I think Agile could be appropriate if your requirements really are changing frequently or if you are building a product that has no external visibility or dependencies outside the development team. The number of projects where either of these are true is actually quite small.
There are also significant holes in Agile. For instance no Agile proponent that I have ever talked to can answer how you make Agile work with a team that is split across geographies, especially those with large time differences like USA and India. Agilistas also get very hand-wavy when presented with a project that includes hardware dependencies and when there are multiple teams working on interacting components.
The one thing I do like about Agile is the focus on communication and visibility.
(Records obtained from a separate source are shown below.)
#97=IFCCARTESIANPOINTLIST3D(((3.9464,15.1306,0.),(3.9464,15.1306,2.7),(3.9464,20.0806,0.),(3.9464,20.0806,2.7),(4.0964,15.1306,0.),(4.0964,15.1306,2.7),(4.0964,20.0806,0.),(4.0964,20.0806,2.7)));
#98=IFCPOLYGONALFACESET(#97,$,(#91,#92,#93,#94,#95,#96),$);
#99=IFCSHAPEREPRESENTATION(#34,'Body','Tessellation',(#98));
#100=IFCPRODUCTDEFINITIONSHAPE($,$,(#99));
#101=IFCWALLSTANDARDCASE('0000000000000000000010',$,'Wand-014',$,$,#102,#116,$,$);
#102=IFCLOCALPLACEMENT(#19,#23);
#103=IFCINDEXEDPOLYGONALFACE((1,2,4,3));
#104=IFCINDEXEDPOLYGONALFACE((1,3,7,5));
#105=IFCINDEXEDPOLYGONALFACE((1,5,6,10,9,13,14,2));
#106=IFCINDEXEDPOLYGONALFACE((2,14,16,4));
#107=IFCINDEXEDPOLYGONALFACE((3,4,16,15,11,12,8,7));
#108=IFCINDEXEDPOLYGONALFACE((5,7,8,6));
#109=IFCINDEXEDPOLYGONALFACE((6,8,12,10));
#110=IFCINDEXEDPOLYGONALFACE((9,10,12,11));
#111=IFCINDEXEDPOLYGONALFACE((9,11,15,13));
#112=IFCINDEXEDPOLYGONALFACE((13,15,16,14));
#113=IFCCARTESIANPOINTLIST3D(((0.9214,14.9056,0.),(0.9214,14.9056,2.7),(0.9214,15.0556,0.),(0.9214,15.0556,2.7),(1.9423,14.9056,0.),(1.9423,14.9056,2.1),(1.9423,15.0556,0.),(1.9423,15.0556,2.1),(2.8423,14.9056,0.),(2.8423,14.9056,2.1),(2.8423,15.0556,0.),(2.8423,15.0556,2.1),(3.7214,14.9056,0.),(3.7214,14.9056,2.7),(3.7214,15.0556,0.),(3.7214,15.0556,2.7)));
The engineer who goes away into a cave and emerges 6 months later with a big "tada" checkin is not tolerated and I think that is a good thing. There is no silver bullet to software development but improving human to human communication efficiency is still a rich area to mine. Of course that doesn't sell books or pay for consultants and training classes.
Ultimately the market will decide. If Agile really does provide significant productivity benefits then software companies that are using it will become more successful at the expense of those that don't. My bet however is that Agile will become like the Atkins diet, it will work for some people for some period of time but it'll fade away as the realization sinks in that the inherent complexity of the problem remains no matter how you tackle it.
I agree that running Agile projects across large multi-national projects, and in embedded projects, is a lot more complicated than for a small software-only team.
ReplyDeleteAnd Agile may in fact be a fad.
But if the term "Agile" disappears, I really hope that the following mindset changes that come from the Agile techniques (which really have nothing to do with Agile, but for some strange reason don't happen very often in other methodologies) stay:
1. Continuous Integration - it isn't enough for your program to compile and run, it must also not break anything else.
2. Quality starts at the beginning - get the test engineers working with development from day one, and find as many defects as possible up front
3. Get rid of the "US" vs. "THEM" syndrome: communication, communication, communication, by including project management, development and testing in the same team
4. Develop small things, and make sure they work, rather than developing a year-long project, and at the end nothing works.